Her eyes never left his. He could see she wanted to ask what cases but she was a cop’s wife. She knew the rules. In that moment he was sure she did not deserve what she had been handed. None of it.

He said, “It really wasn’t you, was it? The tip to IAD. The letter.”

She shook her head no.

“But they won’t believe you. They think you started the whole thing.”

“I didn’t.”

“What did Irving say? When he gave you the key to this place.”

“Told me that if I wanted the money, the pension, I should let it go. Not get any ideas. As if I did. As if I cared anymore. I don’t. I knew that Cal went wrong. I don’t know what he did, I just knew he did it. A wife knows without being told. And that as much as anything else ended it between us. But I didn’t send any letter like that. I was a cop’s wife to the end. I told Irving and the guy who came before him that they had it wrong. But they didn’t care. They just wanted Cal.”

“You told me before it was Chastain who came?”

“It was him.”

“What exactly did he want? You said something about he wanted to look inside the house.”

“He held up the letter and said he knew I wrote it. He said I might as well tell him everything. Well, I told him I didn’t write it and I told him to get out. But at first he wouldn’t leave.”

“What did he say he wanted, specifically?”

“He-I don’t really remember it all. He wanted bank account statements and he wanted to know what properties we had. He thought I was sitting there waiting for him to come so I could give him my husband. He said he wanted the typewriter and I told him we didn’t even have one. I pushed him out and closed the door.”

He nodded and tried to compute these facts into those he already had. It was too much of a whirlwind.

“You don’t remember anything about what the letter said?”

“I didn’t really get the chance to read it. He didn’t show it to me to read because he thought-and he and the others still believe-that it came from me. So I only read a little before he put it back in his briefcase. It said something about Cal being a front for a Mexican. It said he was giving protection. It said something along the lines that he had made a Faustian pact. You know what this is, right? A deal with the devil.”

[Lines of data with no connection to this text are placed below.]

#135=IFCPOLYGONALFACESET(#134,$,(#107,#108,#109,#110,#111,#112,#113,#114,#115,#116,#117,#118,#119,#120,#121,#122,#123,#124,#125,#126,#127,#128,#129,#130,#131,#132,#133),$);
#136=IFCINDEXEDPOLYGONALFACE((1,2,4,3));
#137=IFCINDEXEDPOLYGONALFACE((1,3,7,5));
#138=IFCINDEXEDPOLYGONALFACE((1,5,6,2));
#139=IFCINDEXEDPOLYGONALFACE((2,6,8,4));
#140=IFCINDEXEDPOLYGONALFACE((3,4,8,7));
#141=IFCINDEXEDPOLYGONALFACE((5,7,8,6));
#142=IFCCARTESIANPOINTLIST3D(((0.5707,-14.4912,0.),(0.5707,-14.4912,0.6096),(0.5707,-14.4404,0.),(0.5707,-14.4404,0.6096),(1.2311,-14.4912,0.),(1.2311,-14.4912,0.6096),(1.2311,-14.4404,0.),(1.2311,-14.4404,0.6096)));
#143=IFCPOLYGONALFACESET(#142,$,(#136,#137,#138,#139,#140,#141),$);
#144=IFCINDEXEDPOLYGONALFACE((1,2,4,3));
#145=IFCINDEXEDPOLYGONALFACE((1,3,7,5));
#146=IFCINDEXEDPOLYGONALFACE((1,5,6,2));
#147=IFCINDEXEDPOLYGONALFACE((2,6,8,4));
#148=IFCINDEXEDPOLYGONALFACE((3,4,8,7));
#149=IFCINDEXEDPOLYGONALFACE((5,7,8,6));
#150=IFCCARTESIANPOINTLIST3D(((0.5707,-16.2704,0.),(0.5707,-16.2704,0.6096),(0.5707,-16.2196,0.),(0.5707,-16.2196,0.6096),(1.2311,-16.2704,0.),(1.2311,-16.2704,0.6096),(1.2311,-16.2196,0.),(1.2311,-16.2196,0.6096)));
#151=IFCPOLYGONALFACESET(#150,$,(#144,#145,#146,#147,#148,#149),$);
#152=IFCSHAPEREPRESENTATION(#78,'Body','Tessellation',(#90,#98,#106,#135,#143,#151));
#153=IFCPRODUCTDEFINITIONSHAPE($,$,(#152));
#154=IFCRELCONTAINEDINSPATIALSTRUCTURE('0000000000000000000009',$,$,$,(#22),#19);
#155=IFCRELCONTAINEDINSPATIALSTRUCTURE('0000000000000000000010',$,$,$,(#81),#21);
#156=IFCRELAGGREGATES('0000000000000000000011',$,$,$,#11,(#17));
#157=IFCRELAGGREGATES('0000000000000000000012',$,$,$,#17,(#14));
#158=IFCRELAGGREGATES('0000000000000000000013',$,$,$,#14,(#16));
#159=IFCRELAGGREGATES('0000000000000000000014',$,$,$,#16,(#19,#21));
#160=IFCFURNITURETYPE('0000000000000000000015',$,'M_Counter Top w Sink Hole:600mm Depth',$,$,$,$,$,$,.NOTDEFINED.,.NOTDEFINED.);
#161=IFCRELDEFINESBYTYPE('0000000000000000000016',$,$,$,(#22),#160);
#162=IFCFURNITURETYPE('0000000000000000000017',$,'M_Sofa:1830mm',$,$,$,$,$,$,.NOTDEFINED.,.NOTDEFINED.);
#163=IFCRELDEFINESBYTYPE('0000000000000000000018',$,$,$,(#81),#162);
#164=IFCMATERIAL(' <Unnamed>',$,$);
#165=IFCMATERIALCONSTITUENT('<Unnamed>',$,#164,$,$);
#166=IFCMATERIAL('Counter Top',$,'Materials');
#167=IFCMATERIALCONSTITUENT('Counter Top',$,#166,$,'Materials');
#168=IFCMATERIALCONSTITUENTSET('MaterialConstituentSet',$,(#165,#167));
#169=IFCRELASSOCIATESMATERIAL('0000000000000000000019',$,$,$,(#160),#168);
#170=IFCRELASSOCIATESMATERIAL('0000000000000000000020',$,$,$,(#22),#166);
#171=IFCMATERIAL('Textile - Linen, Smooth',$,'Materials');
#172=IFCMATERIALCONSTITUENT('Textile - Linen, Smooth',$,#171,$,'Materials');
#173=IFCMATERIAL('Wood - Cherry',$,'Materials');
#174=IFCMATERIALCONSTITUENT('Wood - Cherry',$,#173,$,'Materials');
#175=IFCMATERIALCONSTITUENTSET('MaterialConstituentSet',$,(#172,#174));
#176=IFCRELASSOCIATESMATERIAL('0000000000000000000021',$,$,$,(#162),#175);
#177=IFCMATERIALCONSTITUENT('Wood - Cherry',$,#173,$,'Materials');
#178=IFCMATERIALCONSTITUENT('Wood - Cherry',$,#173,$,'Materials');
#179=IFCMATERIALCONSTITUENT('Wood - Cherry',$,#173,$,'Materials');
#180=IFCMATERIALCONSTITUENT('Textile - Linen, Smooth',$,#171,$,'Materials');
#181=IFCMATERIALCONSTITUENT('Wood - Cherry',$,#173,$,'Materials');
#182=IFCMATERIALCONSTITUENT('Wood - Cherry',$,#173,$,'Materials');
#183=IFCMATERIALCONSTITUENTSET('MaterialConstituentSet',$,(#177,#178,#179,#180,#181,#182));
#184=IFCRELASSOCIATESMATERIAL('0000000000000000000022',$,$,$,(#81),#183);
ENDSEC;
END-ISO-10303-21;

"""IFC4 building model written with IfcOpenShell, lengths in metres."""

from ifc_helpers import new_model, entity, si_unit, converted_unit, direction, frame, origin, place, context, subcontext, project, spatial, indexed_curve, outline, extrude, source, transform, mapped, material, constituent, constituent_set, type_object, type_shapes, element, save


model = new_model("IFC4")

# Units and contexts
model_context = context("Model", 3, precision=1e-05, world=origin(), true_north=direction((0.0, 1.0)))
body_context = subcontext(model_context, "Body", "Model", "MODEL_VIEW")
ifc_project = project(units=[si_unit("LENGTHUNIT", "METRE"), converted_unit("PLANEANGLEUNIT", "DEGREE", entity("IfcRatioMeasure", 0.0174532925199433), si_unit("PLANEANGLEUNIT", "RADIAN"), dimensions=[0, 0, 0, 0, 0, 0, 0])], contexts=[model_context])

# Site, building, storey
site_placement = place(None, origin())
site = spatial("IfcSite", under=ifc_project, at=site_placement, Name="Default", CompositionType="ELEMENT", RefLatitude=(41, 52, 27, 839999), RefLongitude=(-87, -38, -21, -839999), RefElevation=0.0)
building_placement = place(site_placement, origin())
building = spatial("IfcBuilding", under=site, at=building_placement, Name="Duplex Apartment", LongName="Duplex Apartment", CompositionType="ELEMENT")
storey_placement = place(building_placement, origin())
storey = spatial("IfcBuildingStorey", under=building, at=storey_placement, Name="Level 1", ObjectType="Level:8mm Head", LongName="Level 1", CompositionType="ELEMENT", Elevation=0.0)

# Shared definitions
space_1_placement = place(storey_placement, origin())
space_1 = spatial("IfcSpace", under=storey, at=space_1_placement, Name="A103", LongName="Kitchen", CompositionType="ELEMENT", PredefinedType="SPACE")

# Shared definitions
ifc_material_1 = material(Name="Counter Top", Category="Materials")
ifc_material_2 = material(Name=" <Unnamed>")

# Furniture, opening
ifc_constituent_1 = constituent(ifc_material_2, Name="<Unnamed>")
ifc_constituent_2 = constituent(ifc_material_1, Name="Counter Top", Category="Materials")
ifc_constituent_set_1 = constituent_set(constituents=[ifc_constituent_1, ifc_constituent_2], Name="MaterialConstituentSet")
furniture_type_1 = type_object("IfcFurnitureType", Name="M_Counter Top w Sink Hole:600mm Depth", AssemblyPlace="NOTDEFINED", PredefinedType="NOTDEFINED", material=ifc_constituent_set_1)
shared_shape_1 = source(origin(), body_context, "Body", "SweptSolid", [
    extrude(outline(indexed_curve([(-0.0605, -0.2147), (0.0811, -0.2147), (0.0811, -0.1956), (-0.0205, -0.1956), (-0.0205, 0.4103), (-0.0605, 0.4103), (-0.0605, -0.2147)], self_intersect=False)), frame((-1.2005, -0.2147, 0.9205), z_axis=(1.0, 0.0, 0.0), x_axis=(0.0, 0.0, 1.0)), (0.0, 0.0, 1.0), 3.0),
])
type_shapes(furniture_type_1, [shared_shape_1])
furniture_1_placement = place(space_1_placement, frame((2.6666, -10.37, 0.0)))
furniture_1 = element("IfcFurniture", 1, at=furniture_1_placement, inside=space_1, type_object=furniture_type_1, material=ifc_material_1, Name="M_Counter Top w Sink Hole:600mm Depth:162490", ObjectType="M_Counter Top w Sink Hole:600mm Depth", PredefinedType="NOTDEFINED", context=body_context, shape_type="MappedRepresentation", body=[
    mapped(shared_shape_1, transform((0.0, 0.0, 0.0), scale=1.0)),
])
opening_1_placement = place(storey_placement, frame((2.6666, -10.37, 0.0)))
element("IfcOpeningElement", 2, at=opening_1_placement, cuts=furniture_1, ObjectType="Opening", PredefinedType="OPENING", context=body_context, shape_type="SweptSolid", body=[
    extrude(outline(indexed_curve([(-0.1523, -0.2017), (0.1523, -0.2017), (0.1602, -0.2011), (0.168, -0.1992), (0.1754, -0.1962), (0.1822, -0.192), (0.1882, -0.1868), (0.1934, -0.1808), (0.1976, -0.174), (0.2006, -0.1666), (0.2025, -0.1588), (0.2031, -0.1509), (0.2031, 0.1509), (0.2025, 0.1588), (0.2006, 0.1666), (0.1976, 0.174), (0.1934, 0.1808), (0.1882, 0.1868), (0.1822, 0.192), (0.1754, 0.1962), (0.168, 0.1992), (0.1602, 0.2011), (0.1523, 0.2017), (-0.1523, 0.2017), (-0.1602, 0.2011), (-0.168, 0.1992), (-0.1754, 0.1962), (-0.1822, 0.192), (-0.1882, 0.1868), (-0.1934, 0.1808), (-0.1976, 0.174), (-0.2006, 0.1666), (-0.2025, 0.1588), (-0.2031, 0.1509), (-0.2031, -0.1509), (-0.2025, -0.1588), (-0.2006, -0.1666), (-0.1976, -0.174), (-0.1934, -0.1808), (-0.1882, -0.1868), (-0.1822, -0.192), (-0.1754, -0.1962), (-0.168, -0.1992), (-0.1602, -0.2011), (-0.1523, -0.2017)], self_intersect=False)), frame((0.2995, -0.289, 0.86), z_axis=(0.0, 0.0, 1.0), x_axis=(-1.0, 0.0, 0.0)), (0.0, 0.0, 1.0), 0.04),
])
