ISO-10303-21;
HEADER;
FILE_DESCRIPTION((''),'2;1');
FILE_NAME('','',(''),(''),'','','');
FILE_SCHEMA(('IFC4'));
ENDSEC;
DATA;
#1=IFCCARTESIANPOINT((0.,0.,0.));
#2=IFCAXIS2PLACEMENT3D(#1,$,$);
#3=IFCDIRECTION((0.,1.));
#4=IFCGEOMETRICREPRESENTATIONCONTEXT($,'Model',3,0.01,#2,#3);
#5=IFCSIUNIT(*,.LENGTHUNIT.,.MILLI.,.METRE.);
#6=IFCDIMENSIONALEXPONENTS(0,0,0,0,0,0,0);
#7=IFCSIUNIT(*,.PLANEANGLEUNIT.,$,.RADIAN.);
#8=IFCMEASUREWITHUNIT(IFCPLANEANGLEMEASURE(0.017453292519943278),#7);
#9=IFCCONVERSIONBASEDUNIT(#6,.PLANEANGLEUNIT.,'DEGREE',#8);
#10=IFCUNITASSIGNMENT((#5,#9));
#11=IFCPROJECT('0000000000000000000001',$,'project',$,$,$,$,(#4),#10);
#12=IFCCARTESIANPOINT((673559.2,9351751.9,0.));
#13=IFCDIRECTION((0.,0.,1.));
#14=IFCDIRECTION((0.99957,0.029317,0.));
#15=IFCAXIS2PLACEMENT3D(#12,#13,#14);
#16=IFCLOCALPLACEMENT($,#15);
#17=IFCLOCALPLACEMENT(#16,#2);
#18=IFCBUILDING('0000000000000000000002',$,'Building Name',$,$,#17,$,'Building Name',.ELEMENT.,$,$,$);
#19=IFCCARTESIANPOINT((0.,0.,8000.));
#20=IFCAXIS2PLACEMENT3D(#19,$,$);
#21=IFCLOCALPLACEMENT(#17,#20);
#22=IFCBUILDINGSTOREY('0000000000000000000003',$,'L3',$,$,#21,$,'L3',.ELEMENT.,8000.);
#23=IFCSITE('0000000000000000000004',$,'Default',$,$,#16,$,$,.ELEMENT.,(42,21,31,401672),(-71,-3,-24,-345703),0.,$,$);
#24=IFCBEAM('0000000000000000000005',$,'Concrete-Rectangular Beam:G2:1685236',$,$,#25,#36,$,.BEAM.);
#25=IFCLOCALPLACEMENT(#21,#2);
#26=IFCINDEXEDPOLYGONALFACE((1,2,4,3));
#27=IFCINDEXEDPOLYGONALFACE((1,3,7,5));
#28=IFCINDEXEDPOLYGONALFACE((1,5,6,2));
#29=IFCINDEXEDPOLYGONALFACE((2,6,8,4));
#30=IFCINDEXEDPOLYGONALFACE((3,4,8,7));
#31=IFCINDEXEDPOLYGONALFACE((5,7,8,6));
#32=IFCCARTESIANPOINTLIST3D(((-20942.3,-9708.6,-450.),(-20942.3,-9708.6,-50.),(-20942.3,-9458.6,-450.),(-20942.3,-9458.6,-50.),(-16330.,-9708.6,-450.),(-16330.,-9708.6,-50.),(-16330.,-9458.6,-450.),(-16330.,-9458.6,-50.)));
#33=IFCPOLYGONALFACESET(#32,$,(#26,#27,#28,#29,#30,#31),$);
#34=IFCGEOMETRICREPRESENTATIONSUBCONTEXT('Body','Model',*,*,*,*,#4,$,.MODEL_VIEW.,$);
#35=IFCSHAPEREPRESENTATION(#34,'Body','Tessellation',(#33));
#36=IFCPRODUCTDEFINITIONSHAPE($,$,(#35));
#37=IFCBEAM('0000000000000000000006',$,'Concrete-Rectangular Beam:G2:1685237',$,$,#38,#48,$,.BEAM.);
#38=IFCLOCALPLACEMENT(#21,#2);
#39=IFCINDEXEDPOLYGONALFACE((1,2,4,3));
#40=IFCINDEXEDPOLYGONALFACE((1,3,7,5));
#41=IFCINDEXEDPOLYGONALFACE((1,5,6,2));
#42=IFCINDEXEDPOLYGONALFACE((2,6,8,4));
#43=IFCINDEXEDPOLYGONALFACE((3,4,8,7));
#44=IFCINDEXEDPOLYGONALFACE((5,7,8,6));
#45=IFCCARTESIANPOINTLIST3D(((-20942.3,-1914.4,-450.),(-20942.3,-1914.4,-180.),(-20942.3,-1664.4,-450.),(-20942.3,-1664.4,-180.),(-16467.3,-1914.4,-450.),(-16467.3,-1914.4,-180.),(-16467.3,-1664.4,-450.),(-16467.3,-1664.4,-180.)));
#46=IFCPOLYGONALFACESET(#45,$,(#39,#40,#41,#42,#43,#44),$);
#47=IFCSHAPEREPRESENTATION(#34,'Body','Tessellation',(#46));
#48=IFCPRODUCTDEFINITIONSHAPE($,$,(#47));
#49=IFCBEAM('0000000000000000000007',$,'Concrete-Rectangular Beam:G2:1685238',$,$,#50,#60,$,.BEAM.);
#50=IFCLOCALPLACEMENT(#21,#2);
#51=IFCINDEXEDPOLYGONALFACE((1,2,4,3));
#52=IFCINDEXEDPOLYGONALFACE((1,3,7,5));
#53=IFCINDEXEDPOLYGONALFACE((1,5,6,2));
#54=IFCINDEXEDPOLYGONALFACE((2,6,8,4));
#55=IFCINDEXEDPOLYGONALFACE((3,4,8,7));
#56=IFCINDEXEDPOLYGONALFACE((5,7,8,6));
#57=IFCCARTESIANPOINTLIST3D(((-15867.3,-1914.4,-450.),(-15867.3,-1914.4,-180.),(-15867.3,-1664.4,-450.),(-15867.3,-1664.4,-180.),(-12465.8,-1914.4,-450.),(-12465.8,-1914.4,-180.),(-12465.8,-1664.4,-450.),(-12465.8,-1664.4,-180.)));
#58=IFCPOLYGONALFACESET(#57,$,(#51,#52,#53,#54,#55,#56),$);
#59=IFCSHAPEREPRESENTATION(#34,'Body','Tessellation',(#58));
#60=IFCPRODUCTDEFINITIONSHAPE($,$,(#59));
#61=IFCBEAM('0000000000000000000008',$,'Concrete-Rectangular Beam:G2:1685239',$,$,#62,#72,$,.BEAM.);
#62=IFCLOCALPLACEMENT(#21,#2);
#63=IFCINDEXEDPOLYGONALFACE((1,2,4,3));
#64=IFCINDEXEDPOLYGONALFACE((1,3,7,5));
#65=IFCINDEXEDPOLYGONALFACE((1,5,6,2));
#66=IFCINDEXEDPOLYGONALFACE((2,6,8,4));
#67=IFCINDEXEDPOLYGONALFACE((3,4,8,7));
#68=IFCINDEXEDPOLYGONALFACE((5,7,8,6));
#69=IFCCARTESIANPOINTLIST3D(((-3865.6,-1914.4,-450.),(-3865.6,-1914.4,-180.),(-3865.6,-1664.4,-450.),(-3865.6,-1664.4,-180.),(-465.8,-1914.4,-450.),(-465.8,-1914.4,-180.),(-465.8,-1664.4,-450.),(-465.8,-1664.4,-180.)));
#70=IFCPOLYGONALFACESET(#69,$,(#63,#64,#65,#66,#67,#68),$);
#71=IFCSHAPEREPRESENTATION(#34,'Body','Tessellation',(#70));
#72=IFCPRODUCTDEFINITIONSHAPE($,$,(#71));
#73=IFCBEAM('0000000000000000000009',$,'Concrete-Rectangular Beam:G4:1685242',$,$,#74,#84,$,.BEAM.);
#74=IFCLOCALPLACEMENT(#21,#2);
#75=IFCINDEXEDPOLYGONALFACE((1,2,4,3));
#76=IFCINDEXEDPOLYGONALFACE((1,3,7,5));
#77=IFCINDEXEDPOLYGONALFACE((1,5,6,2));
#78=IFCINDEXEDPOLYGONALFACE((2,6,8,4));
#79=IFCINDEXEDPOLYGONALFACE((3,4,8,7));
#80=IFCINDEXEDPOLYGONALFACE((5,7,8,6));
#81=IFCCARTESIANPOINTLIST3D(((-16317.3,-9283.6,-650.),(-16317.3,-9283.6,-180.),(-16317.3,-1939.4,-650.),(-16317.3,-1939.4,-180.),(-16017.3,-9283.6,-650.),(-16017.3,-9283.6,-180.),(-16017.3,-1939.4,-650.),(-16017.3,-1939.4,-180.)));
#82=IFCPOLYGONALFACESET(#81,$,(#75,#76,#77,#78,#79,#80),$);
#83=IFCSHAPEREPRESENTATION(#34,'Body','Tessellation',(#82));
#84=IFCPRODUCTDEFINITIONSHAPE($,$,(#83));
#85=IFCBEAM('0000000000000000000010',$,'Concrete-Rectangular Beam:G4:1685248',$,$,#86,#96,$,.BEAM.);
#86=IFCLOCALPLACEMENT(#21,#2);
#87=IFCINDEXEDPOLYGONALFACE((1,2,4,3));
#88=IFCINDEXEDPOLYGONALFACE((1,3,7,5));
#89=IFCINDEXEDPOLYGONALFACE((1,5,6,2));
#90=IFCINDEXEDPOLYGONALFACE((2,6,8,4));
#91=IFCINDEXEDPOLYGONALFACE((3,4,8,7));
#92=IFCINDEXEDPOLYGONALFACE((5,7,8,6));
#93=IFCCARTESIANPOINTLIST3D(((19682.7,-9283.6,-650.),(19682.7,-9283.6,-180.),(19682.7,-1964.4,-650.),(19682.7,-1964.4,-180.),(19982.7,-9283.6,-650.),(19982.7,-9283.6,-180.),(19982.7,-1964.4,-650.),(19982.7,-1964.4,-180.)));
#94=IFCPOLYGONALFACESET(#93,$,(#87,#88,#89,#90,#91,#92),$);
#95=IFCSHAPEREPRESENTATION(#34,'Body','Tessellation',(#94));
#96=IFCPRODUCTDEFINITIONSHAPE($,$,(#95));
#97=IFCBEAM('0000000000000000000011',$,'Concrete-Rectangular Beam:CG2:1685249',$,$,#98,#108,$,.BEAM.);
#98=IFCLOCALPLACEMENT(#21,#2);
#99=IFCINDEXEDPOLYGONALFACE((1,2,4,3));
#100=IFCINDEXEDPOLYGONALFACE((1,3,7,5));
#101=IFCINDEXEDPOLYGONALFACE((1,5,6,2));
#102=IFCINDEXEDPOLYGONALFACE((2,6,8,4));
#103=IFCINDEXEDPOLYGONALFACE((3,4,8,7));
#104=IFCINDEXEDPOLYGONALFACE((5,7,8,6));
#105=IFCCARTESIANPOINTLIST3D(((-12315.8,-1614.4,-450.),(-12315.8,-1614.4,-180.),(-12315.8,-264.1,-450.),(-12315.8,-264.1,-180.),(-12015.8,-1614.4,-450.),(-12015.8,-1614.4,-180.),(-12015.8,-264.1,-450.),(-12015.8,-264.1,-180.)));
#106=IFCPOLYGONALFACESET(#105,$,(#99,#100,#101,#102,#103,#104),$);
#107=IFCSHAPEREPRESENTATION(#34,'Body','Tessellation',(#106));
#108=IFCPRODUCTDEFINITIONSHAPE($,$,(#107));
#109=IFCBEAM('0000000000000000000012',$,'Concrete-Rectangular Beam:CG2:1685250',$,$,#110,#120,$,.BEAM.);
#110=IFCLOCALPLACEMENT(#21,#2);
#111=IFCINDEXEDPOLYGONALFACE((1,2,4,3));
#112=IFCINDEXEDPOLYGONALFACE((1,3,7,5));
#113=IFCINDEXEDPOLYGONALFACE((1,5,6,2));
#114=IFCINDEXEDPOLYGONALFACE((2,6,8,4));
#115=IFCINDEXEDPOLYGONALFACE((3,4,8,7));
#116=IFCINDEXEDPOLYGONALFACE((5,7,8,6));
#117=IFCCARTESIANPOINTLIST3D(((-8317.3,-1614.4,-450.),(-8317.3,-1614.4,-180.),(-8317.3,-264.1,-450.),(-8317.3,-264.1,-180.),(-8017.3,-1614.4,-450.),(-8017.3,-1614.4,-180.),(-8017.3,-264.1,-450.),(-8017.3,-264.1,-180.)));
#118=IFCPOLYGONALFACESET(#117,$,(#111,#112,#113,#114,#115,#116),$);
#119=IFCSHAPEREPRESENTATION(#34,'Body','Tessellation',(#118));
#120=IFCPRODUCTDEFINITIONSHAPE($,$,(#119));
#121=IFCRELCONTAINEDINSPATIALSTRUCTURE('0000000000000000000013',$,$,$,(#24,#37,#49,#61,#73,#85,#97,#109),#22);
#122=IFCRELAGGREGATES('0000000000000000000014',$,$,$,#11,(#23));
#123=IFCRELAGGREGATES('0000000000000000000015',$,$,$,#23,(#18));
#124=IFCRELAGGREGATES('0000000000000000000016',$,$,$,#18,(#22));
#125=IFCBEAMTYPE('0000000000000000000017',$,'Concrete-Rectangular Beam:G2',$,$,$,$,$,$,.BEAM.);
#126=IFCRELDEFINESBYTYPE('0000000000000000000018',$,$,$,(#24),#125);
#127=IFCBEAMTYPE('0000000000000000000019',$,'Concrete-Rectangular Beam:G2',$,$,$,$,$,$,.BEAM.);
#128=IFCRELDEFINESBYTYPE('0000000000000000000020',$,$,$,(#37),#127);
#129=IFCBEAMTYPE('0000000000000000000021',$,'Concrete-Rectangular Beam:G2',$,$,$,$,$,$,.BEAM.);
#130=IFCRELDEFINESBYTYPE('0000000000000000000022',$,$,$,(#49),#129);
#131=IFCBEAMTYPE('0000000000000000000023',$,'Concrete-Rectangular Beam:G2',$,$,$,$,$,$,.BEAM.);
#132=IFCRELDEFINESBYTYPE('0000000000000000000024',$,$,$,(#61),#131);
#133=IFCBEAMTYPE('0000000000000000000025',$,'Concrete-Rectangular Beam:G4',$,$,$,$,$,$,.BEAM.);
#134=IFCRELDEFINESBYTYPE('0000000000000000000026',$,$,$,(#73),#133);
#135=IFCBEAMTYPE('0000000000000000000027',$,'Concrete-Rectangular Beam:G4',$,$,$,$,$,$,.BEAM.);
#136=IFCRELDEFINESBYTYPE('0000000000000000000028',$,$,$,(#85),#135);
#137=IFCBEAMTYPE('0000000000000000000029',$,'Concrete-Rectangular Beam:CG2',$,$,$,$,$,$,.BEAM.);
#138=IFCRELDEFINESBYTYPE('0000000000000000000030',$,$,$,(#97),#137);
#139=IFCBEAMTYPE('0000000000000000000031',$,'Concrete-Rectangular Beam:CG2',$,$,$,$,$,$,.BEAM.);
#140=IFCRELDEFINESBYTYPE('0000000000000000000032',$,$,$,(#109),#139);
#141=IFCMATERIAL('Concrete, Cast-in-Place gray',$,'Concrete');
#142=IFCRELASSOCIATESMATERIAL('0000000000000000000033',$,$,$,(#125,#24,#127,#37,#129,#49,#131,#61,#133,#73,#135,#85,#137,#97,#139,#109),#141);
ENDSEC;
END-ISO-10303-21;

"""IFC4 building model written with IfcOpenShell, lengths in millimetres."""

from ifc_helpers import new_model, entity, si_unit, converted_unit, direction, frame, origin, place, context, subcontext, project, spatial, indexed_curve, outline, extrude, source, transform, mapped, material, type_object, type_shapes, element, save


model = new_model("IFC4")

# Units and contexts
model_context = context("Model", 3, precision=0.01, world=origin(), true_north=direction((0.0, 1.0)))
body_context = subcontext(model_context, "Body", "Model", "MODEL_VIEW")
ifc_project = project(units=[si_unit("LENGTHUNIT", "METRE", prefix="MILLI"), converted_unit("PLANEANGLEUNIT", "DEGREE", entity("IfcPlaneAngleMeasure", 0.017453292519943278), si_unit("PLANEANGLEUNIT", "RADIAN"), dimensions=[0, 0, 0, 0, 0, 0, 0])], contexts=[model_context])

# Site, building, storey
site_placement = place(None, frame((673559.2, 9351751.9, 0.0), z_axis=(0.0, 0.0, 1.0), x_axis=(0.99957, 0.029317, 0.0)))
site = spatial("IfcSite", under=ifc_project, at=site_placement, Name="Default", CompositionType="ELEMENT", RefLatitude=(42, 21, 31, 401672), RefLongitude=(-71, -3, -24, -345703), RefElevation=0.0)
building_placement = place(site_placement, origin())
building = spatial("IfcBuilding", under=site, at=building_placement, Name="Building Name", LongName="Building Name", CompositionType="ELEMENT")
storey_placement = place(building_placement, frame((0.0, 0.0, 8000.0)))
storey = spatial("IfcBuildingStorey", under=building, at=storey_placement, Name="L3", LongName="L3", CompositionType="ELEMENT", Elevation=8000.0)

# Shared definitions
ifc_material = material(Name="Concrete, Cast-in-Place gray", Category="Concrete")

# Beams
beam_type_1 = type_object("IfcBeamType", Name="Concrete-Rectangular Beam:G2", PredefinedType="BEAM", material=ifc_material)
shared_shape_1 = source(origin(), body_context, "Body", "SweptSolid", [
    extrude(outline(indexed_curve([(-200.0, -125.0), (200.0, -125.0), (200.0, 125.0), (-200.0, 125.0), (-200.0, -125.0)], self_intersect=False)), frame((-16330.0, -9583.6, 7750.0), z_axis=(-1.0, 0.0, 0.0), x_axis=(0.0, 0.0, -1.0)), (0.0, 0.0, 1.0), 4612.3),
])
type_shapes(beam_type_1, [shared_shape_1])
beam_1_placement = place(storey_placement, frame((0.0, 0.0, -8000.0)))
element("IfcBeam", 1, at=beam_1_placement, inside=storey, type_object=beam_type_1, material=ifc_material, Name="Concrete-Rectangular Beam:G2:1685236", PredefinedType="BEAM", context=body_context, shape_type="MappedRepresentation", body=[
    mapped(shared_shape_1, transform((0.0, 0.0, 0.0), scale=1.0)),
])
beam_type_2 = type_object("IfcBeamType", Name="Concrete-Rectangular Beam:G2", PredefinedType="BEAM", material=ifc_material)
shared_shape_2 = source(origin(), body_context, "Body", "SweptSolid", [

Bosch nodded. He was reminded that she was a teacher. He also realized that they had been standing in the living room for at least ten minutes. But he made no move to sit down. He feared that any sudden movement would break the spell, send her out the door and away from him.

“Well,” she said. “I don’t know if I would have gotten so allegorical if I had written it, but essentially that letter was correct. I mean, I didn’t know what he had done but I knew something happened. I could see it was killing him inside.

“Once-this was before he left-I finally asked him what was happening and he just said he had made a mistake and he would try to correct it himself. He wouldn’t talk about it with me. He shut me out.”

She sat down on the edge of an upholstered chair, holding the dress blues on her lap. The chair was an awful green color and there were cigarette burns on its right arm. Bosch sat down on the couch next to the bag of photos.

She said, “Irving and Chastain. They don’t believe me. They just nod their heads when I tell them. They say the letter had too many intimate details. It had to be me. Meanwhile, I guess somebody is happy out there. Their little letter brought him down.”

Bosch thought of Kapps and wondered if he could have known enough details about Moore to have written the letter. He had set up Dance. Maybe he had tried to set up Moore first. It seemed unlikely. Maybe the letter had come from Dance because he wanted to move up the ladder and Moore was in the way.